Answer with the exact lines of the following material from the one containing "#162=IFCMATERIAL('Siding',$,$);" through the one containing "#166=IFCMATERIAL('Wood studs',$,$);", both end lines included.
━━━━━━
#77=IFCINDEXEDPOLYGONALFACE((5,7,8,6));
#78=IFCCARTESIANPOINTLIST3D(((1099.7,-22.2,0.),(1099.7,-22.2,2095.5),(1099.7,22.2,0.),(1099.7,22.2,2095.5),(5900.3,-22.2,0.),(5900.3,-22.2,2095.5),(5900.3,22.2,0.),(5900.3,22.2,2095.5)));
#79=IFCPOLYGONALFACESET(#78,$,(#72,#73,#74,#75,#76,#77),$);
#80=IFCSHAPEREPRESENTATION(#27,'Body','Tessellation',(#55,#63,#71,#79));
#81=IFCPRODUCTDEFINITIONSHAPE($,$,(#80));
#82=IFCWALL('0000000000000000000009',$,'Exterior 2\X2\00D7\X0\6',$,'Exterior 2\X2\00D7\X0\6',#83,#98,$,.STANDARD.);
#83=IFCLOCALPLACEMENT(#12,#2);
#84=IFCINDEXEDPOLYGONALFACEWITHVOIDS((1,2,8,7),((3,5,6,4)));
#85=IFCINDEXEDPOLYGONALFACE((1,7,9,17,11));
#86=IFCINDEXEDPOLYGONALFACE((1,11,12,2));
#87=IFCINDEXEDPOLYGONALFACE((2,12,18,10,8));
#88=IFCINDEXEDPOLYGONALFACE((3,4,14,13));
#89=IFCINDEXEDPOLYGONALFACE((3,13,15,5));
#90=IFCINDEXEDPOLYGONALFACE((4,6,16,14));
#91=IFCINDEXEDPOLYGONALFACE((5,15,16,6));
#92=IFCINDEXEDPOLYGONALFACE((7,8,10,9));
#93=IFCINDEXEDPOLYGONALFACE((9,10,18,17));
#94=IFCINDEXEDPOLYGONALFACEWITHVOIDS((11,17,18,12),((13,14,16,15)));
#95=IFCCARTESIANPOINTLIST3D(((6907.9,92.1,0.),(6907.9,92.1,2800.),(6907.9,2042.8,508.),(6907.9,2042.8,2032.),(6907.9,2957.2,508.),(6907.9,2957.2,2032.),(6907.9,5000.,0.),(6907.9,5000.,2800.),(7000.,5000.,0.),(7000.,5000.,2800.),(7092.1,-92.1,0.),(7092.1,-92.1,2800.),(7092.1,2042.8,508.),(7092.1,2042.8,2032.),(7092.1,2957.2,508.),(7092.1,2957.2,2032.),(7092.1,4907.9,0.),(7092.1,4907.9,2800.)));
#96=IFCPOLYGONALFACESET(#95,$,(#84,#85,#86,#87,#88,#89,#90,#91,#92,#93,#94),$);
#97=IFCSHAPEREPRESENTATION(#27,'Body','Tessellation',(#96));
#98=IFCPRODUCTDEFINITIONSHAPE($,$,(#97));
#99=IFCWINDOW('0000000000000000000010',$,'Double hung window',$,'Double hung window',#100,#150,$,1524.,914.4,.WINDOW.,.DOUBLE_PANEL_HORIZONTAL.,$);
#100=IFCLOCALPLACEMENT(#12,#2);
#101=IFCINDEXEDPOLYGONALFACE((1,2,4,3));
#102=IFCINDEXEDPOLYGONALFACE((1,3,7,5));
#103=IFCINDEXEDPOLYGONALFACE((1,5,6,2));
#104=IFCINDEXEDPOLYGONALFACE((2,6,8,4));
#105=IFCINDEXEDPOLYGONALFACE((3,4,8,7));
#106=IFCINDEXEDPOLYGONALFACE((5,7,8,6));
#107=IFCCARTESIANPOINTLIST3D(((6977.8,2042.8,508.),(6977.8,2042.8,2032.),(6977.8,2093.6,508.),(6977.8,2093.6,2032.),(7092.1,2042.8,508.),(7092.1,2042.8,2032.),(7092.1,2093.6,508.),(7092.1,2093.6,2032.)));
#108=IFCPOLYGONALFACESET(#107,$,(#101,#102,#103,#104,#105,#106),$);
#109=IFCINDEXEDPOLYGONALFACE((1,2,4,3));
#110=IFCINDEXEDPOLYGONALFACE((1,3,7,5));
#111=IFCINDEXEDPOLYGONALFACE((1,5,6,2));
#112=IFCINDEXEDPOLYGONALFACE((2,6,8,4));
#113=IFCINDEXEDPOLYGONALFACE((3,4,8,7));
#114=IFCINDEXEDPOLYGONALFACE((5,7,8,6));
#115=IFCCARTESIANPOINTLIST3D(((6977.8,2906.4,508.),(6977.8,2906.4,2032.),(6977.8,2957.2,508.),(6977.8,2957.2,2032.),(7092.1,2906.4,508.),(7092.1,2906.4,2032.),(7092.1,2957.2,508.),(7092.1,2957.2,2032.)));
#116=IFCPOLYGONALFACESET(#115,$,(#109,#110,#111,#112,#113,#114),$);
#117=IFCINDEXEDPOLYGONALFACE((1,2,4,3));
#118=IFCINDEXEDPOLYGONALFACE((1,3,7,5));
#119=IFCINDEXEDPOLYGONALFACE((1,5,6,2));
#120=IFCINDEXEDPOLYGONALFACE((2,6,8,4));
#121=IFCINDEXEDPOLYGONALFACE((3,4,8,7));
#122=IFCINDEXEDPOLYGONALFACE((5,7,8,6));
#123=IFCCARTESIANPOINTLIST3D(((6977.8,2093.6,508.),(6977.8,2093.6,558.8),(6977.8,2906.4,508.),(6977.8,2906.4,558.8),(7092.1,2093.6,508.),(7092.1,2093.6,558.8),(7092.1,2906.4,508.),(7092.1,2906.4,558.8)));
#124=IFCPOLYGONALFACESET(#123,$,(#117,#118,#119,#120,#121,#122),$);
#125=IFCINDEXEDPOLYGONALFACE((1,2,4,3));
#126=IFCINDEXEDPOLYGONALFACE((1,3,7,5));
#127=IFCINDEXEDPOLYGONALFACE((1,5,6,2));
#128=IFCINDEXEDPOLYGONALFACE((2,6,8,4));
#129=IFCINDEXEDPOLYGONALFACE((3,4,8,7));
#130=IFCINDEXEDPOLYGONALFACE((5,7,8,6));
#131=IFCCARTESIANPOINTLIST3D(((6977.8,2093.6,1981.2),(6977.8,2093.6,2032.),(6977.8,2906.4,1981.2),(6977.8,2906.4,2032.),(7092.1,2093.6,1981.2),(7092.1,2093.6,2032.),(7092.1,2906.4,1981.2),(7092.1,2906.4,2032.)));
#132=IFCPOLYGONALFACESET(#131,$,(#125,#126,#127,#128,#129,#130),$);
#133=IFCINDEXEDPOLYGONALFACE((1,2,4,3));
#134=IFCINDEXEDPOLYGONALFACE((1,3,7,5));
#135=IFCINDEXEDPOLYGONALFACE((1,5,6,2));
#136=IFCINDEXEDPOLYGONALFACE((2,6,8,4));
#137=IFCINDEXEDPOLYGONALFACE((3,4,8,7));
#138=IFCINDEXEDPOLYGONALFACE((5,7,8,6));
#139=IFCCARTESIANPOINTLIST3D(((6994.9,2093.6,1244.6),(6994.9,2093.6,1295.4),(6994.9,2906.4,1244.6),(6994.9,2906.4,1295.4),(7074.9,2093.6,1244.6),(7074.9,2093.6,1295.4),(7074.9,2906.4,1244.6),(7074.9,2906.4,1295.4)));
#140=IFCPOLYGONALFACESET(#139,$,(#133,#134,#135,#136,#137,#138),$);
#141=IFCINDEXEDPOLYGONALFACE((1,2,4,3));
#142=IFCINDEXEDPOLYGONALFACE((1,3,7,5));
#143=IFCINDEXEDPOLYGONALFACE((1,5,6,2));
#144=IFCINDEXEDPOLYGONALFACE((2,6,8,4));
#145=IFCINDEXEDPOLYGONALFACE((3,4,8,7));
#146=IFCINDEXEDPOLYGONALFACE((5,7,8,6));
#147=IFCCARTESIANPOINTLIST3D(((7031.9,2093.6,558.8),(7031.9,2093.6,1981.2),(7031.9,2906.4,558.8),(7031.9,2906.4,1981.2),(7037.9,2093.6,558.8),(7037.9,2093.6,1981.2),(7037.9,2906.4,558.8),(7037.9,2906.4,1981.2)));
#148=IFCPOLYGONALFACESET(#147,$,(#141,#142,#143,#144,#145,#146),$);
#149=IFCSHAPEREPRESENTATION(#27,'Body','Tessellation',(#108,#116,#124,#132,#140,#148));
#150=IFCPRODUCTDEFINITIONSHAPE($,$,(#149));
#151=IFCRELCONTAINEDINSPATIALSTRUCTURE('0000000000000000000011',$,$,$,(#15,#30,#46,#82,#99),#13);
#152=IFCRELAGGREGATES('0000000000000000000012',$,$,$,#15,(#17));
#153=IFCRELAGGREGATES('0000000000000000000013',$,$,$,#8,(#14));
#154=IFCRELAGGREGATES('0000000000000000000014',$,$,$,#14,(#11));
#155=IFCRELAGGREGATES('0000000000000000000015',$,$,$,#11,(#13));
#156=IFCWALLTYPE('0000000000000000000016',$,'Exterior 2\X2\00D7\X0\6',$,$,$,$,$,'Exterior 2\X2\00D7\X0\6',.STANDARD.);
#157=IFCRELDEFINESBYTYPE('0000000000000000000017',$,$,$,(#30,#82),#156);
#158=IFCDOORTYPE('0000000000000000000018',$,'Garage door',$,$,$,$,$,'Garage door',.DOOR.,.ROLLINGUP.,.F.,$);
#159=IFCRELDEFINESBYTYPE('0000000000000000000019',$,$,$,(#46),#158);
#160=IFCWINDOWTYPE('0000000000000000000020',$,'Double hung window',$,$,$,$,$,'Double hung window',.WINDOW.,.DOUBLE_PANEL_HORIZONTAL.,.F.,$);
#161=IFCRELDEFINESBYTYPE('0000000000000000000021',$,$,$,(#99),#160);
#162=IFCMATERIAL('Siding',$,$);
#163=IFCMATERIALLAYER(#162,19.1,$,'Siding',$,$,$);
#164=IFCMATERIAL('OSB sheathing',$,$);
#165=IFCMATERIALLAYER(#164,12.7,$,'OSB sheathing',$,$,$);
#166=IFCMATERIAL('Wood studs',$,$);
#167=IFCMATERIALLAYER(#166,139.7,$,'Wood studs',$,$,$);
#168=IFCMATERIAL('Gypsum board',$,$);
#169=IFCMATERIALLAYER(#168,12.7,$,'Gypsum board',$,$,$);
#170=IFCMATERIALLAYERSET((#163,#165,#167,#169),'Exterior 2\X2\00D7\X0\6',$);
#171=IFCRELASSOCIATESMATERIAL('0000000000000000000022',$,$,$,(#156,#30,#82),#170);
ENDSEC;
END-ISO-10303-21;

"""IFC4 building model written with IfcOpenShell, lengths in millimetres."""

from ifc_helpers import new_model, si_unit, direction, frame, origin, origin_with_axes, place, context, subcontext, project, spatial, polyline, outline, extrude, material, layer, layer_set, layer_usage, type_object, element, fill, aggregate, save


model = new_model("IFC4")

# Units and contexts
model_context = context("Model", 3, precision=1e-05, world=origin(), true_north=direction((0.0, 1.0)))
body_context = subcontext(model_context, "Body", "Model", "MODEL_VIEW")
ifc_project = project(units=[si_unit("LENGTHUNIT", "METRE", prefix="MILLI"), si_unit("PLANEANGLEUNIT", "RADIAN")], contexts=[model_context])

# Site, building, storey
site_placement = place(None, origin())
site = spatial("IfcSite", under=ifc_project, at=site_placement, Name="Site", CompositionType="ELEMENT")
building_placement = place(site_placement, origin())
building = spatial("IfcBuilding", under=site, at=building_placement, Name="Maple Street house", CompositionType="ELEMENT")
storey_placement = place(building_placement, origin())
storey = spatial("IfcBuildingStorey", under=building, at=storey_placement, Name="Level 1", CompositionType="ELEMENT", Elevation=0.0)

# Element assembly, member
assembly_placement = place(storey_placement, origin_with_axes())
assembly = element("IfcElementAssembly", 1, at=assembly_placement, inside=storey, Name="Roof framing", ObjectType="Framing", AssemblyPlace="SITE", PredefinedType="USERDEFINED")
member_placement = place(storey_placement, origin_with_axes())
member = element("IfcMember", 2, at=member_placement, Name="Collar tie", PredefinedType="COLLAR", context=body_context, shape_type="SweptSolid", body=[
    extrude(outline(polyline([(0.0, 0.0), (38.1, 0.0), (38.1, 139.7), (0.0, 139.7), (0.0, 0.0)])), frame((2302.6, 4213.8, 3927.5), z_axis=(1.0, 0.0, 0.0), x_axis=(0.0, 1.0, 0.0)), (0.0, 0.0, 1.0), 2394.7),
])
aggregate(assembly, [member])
━━━━━━
- **EXPECTED ANSWER**
#162=IFCMATERIAL('Siding',$,$);
#163=IFCMATERIALLAYER(#162,19.1,$,'Siding',$,$,$);
#164=IFCMATERIAL('OSB sheathing',$,$);
#165=IFCMATERIALLAYER(#164,12.7,$,'OSB sheathing',$,$,$);
#166=IFCMATERIAL('Wood studs',$,$);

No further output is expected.